**Work to complete:** Output nothing but the lines from the first line of the entries to the line with "#105=IFCCARTESIANPOINT((3873.,6856.,6650.));", inclusive, exactly as they read.

[Dataset entries]
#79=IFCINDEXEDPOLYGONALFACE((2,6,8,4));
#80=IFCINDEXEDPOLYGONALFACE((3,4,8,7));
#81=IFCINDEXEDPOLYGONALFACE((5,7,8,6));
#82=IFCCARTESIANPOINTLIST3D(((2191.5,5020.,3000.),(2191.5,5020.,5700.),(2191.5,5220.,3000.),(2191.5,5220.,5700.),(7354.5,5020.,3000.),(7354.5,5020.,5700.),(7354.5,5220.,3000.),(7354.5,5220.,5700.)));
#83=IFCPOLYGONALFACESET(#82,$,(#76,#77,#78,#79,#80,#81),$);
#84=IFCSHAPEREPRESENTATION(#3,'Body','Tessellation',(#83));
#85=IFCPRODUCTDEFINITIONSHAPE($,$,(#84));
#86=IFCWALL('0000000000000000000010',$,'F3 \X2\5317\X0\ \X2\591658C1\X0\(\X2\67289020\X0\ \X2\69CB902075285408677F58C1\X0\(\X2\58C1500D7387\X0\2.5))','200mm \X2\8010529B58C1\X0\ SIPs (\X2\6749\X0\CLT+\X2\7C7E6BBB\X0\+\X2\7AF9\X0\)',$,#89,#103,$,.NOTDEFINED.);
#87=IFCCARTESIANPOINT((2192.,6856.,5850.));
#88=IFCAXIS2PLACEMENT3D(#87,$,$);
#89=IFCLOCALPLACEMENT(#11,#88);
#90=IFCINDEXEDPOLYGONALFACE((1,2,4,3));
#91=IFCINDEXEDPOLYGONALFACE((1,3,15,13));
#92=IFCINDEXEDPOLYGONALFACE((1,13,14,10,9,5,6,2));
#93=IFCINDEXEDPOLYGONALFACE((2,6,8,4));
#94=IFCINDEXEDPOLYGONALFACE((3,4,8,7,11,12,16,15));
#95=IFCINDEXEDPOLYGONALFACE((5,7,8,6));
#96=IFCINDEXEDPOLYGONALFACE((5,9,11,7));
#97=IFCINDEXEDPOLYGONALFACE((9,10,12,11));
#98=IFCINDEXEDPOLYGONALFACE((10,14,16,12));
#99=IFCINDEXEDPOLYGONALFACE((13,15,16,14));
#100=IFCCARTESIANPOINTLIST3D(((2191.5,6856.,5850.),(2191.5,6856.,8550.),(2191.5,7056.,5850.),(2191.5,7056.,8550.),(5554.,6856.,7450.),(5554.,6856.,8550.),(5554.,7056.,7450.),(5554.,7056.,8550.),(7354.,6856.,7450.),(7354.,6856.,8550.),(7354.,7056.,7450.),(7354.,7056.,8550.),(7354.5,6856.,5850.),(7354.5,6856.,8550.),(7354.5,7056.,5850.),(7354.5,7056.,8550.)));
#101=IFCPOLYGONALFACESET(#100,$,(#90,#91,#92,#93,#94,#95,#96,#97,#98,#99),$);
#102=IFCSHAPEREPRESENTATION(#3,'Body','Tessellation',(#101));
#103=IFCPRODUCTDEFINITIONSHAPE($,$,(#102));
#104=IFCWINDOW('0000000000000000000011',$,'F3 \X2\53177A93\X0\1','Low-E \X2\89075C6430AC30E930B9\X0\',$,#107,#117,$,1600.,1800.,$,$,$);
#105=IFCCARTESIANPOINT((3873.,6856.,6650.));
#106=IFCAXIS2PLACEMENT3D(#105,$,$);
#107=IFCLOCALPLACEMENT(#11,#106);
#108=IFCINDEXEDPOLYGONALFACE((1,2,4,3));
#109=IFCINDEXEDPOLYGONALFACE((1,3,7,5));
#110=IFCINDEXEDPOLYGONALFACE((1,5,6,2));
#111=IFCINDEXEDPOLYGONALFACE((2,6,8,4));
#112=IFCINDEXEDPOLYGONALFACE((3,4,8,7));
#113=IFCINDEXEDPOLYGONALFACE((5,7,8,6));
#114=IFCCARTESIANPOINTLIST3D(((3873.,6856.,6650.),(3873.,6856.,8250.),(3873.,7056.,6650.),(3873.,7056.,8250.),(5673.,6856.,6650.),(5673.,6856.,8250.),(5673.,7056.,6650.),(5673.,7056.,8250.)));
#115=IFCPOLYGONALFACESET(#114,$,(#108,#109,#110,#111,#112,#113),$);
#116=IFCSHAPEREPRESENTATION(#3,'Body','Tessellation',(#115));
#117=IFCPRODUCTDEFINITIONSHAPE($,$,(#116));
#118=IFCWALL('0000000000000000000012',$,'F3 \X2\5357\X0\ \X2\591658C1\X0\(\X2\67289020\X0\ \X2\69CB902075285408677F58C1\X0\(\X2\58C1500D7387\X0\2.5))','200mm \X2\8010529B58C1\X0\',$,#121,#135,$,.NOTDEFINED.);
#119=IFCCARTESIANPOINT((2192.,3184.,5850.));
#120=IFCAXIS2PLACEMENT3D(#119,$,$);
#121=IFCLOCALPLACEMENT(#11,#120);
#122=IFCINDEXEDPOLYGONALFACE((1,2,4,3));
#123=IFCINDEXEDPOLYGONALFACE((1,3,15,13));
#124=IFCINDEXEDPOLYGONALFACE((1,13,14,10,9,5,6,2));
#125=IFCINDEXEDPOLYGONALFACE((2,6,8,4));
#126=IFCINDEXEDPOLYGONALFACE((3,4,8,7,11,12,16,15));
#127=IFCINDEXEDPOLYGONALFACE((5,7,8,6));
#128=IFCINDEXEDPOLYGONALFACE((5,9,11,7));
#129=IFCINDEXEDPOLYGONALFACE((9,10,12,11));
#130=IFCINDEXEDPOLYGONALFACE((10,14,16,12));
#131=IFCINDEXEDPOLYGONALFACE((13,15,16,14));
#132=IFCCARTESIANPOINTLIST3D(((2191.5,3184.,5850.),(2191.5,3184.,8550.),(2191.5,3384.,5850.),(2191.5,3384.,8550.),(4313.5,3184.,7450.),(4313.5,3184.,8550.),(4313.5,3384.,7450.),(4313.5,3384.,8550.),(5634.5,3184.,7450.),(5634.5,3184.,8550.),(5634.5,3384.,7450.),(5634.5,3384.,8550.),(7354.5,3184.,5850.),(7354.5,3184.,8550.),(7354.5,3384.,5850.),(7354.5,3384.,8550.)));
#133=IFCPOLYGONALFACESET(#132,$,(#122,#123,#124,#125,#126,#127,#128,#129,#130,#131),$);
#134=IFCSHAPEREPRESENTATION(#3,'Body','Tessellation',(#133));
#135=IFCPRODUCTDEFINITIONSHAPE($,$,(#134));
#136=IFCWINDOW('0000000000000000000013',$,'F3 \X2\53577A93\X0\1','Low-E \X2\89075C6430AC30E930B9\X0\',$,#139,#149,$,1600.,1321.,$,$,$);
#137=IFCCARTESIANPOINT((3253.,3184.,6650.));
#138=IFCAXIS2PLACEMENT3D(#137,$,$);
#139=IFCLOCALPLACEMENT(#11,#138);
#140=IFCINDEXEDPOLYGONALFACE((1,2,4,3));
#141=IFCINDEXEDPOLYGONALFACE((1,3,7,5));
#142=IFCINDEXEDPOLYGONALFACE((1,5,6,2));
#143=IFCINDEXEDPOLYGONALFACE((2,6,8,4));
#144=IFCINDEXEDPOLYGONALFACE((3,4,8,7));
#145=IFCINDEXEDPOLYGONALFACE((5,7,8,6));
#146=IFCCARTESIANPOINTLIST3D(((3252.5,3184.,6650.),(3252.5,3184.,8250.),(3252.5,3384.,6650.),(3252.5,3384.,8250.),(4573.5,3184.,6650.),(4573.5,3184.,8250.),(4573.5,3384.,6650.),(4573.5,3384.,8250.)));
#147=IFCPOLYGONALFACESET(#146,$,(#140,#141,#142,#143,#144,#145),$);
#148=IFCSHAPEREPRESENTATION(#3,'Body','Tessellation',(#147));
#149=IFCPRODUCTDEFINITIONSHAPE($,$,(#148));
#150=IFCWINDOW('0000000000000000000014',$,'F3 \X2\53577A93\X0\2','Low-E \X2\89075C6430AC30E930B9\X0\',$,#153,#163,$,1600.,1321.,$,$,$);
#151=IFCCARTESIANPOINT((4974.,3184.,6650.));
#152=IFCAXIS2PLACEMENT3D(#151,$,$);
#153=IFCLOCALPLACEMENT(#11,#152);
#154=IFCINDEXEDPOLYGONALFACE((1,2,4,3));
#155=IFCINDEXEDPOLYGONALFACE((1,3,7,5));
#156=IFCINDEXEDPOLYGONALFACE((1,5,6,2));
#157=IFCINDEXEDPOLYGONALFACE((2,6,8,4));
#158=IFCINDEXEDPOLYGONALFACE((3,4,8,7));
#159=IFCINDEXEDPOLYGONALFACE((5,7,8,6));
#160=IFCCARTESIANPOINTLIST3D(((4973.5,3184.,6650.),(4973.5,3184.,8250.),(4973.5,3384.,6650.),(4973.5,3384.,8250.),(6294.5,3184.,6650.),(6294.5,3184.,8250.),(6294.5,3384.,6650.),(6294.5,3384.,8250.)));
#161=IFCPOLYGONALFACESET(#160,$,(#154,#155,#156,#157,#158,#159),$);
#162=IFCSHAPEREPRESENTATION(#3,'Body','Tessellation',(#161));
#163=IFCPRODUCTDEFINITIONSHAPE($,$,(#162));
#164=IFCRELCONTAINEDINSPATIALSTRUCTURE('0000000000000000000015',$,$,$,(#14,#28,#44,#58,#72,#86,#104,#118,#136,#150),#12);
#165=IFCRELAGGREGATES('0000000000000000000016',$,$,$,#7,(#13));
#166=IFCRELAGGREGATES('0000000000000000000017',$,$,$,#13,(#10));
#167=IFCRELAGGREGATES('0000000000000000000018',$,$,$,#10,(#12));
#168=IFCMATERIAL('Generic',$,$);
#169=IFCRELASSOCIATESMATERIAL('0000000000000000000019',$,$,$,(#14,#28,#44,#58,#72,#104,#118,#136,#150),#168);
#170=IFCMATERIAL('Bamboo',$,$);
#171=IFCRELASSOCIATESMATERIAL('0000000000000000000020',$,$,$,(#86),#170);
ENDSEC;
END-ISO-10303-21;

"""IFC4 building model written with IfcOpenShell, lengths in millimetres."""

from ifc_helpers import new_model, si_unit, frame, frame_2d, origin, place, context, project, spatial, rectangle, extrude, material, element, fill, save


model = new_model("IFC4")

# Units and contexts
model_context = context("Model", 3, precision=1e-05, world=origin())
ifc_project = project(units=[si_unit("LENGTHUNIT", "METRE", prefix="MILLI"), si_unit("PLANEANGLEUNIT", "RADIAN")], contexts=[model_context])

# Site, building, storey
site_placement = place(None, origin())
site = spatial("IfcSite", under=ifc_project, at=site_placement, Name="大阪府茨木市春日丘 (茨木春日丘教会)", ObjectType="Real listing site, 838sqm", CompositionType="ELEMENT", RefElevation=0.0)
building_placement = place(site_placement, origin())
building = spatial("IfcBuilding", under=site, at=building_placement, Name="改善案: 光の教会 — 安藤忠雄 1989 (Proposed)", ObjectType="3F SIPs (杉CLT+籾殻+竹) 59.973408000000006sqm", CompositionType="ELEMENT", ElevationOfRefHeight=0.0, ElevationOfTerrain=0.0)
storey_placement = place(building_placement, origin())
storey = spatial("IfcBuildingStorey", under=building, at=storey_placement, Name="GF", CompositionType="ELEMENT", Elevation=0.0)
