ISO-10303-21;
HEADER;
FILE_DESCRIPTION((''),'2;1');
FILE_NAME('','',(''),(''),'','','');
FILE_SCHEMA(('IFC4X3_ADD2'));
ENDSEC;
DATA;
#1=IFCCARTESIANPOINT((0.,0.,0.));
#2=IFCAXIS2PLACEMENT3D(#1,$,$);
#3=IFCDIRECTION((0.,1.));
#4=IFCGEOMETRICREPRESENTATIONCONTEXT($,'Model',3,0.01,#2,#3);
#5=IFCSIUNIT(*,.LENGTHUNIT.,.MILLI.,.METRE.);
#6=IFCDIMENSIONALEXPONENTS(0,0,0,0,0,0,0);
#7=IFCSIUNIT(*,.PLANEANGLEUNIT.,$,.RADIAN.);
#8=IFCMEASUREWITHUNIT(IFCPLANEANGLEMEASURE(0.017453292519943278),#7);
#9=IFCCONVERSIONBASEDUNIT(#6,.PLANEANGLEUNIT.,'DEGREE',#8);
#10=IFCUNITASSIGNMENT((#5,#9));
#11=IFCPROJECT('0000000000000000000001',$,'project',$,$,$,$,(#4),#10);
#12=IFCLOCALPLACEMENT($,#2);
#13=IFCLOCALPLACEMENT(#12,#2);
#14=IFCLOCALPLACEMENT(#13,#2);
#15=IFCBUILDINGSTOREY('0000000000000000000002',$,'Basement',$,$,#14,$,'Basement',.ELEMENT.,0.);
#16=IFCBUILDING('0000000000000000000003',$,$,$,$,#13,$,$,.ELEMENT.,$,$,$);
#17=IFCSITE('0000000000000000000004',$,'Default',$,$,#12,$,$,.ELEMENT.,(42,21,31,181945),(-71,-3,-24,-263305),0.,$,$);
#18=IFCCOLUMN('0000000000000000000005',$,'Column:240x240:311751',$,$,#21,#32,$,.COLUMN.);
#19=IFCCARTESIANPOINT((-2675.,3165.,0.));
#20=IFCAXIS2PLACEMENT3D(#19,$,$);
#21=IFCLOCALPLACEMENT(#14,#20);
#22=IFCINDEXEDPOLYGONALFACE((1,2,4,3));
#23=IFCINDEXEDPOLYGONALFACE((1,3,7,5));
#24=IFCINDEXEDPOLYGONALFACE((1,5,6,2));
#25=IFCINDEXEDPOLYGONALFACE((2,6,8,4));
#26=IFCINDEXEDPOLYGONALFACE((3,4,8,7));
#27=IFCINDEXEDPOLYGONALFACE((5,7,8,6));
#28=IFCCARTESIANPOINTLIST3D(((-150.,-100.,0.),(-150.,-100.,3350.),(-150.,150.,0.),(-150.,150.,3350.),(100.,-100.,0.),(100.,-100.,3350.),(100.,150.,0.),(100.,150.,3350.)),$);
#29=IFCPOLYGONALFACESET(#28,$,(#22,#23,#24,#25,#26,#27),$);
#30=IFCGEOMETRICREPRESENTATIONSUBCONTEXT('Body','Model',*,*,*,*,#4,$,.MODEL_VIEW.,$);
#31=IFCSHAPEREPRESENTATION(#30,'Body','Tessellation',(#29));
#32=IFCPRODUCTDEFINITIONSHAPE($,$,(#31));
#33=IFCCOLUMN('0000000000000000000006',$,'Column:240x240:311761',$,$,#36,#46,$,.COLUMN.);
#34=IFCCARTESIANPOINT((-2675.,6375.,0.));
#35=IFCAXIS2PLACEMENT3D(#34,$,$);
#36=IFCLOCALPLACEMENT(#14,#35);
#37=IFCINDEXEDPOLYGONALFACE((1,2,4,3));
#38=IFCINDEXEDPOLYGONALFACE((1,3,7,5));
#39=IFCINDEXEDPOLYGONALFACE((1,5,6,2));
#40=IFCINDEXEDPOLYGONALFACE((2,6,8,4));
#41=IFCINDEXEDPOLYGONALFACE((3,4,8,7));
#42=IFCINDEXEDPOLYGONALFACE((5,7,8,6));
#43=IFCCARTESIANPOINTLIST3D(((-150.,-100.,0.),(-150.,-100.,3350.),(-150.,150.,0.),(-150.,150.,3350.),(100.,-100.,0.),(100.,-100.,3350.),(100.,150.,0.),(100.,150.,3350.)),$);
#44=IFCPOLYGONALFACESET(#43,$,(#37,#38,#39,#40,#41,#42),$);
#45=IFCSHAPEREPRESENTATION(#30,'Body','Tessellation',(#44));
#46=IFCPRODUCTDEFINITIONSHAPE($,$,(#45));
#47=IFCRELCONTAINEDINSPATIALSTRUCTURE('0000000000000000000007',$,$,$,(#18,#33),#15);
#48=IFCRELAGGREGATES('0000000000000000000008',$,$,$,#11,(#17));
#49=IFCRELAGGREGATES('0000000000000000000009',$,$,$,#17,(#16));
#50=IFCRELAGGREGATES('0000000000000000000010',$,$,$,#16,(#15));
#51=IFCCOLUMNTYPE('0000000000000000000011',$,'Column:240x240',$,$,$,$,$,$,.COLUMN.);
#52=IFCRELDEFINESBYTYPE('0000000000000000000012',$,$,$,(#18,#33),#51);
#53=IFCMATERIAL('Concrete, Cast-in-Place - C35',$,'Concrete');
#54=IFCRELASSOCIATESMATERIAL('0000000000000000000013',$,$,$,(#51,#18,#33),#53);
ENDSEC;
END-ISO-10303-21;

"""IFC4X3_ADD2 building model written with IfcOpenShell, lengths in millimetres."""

from ifc_helpers import new_model, entity, si_unit, converted_unit, direction, frame, origin, origin_2d_with_axis, place, context, subcontext, project, spatial, rectangle, extrude, source, transform, mapped, material, material_profile, profile_set, profile_usage, type_object, type_shapes, element, save


model = new_model("IFC4X3_ADD2")

# Units and contexts
model_context = context("Model", 3, precision=0.01, world=origin(), true_north=direction((0.0, 1.0)))
body_context = subcontext(model_context, "Body", "Model", "MODEL_VIEW")
ifc_project = project(units=[si_unit("LENGTHUNIT", "METRE", prefix="MILLI"), converted_unit("PLANEANGLEUNIT", "DEGREE", entity("IfcPlaneAngleMeasure", 0.017453292519943278), si_unit("PLANEANGLEUNIT", "RADIAN"), dimensions=[0, 0, 0, 0, 0, 0, 0])], contexts=[model_context])

# Site, building, storey
site_placement = place(None, origin())
site = spatial("IfcSite", under=ifc_project, at=site_placement, Name="Default", CompositionType="ELEMENT", RefLatitude=(42, 21, 31, 181945), RefLongitude=(-71, -3, -24, -263305), RefElevation=0.0)
building_placement = place(site_placement, origin())
building = spatial("IfcBuilding", under=site, at=building_placement, CompositionType="ELEMENT")
storey_placement = place(building_placement, origin())
storey = spatial("IfcBuildingStorey", under=building, at=storey_placement, Name="Basement", LongName="Basement", CompositionType="ELEMENT", Elevation=0.0)

# Columns
ifc_material = material(Name="Concrete, Cast-in-Place - C35", Category="Concrete")
ifc_material_profile_1 = material_profile(ifc_material, rectangle(XDim=250.0, YDim=250.0, at=origin_2d_with_axis()), Name="240x240")
ifc_profile_set_1 = profile_set([ifc_material_profile_1], Name="240x240")
ifc_profile_usage_1 = profile_usage(ifc_profile_set_1)
column_type_1 = type_object("IfcColumnType", Name="Column:240x240", PredefinedType="COLUMN", material=ifc_profile_set_1)
shared_shape_1 = source(origin(), body_context, "Body", "SweptSolid", [
    extrude(rectangle(XDim=250.0, YDim=250.0, at=origin_2d_with_axis()), frame((-25.0, 25.0, 0.0), z_axis=(0.0, 0.0, 1.0), x_axis=(-1.0, 0.0, 0.0)), (0.0, 0.0, 1.0), 3350.0),
])
type_shapes(column_type_1, [shared_shape_1])
for number, where, name in (
    (1, (-2675.0, 3165.0, 0.0), "Column:240x240:311751"),
    (2, (-2675.0, 6375.0, 0.0), "Column:240x240:311761"),
):
    element("IfcColumn", number, at=place(storey_placement, frame(where)), inside=storey, type_object=column_type_1, material=ifc_profile_usage_1, Name=name, PredefinedType="COLUMN", context=body_context, shape_type="MappedRepresentation", body=[
        mapped(shared_shape_1, transform((0.0, 0.0, 0.0), scale=1.0)),
    ])

save(model, "model.ifc")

**Problem solution:**
#79=IFCINDEXEDPOLYGONALFACE((2,6,8,4));
#80=IFCINDEXEDPOLYGONALFACE((3,4,8,7));
#81=IFCINDEXEDPOLYGONALFACE((5,7,8,6));
#82=IFCCARTESIANPOINTLIST3D(((2191.5,5020.,3000.),(2191.5,5020.,5700.),(2191.5,5220.,3000.),(2191.5,5220.,5700.),(7354.5,5020.,3000.),(7354.5,5020.,5700.),(7354.5,5220.,3000.),(7354.5,5220.,5700.)));
#83=IFCPOLYGONALFACESET(#82,$,(#76,#77,#78,#79,#80,#81),$);
#84=IFCSHAPEREPRESENTATION(#3,'Body','Tessellation',(#83));
#85=IFCPRODUCTDEFINITIONSHAPE($,$,(#84));
#86=IFCWALL('0000000000000000000010',$,'F3 \X2\5317\X0\ \X2\591658C1\X0\(\X2\67289020\X0\ \X2\69CB902075285408677F58C1\X0\(\X2\58C1500D7387\X0\2.5))','200mm \X2\8010529B58C1\X0\ SIPs (\X2\6749\X0\CLT+\X2\7C7E6BBB\X0\+\X2\7AF9\X0\)',$,#89,#103,$,.NOTDEFINED.);
#87=IFCCARTESIANPOINT((2192.,6856.,5850.));
#88=IFCAXIS2PLACEMENT3D(#87,$,$);
#89=IFCLOCALPLACEMENT(#11,#88);
#90=IFCINDEXEDPOLYGONALFACE((1,2,4,3));
#91=IFCINDEXEDPOLYGONALFACE((1,3,15,13));
#92=IFCINDEXEDPOLYGONALFACE((1,13,14,10,9,5,6,2));
#93=IFCINDEXEDPOLYGONALFACE((2,6,8,4));
#94=IFCINDEXEDPOLYGONALFACE((3,4,8,7,11,12,16,15));
#95=IFCINDEXEDPOLYGONALFACE((5,7,8,6));
#96=IFCINDEXEDPOLYGONALFACE((5,9,11,7));
#97=IFCINDEXEDPOLYGONALFACE((9,10,12,11));
#98=IFCINDEXEDPOLYGONALFACE((10,14,16,12));
#99=IFCINDEXEDPOLYGONALFACE((13,15,16,14));
#100=IFCCARTESIANPOINTLIST3D(((2191.5,6856.,5850.),(2191.5,6856.,8550.),(2191.5,7056.,5850.),(2191.5,7056.,8550.),(5554.,6856.,7450.),(5554.,6856.,8550.),(5554.,7056.,7450.),(5554.,7056.,8550.),(7354.,6856.,7450.),(7354.,6856.,8550.),(7354.,7056.,7450.),(7354.,7056.,8550.),(7354.5,6856.,5850.),(7354.5,6856.,8550.),(7354.5,7056.,5850.),(7354.5,7056.,8550.)));
#101=IFCPOLYGONALFACESET(#100,$,(#90,#91,#92,#93,#94,#95,#96,#97,#98,#99),$);
#102=IFCSHAPEREPRESENTATION(#3,'Body','Tessellation',(#101));
#103=IFCPRODUCTDEFINITIONSHAPE($,$,(#102));
#104=IFCWINDOW('0000000000000000000011',$,'F3 \X2\53177A93\X0\1','Low-E \X2\89075C6430AC30E930B9\X0\',$,#107,#117,$,1600.,1800.,$,$,$);
#105=IFCCARTESIANPOINT((3873.,6856.,6650.));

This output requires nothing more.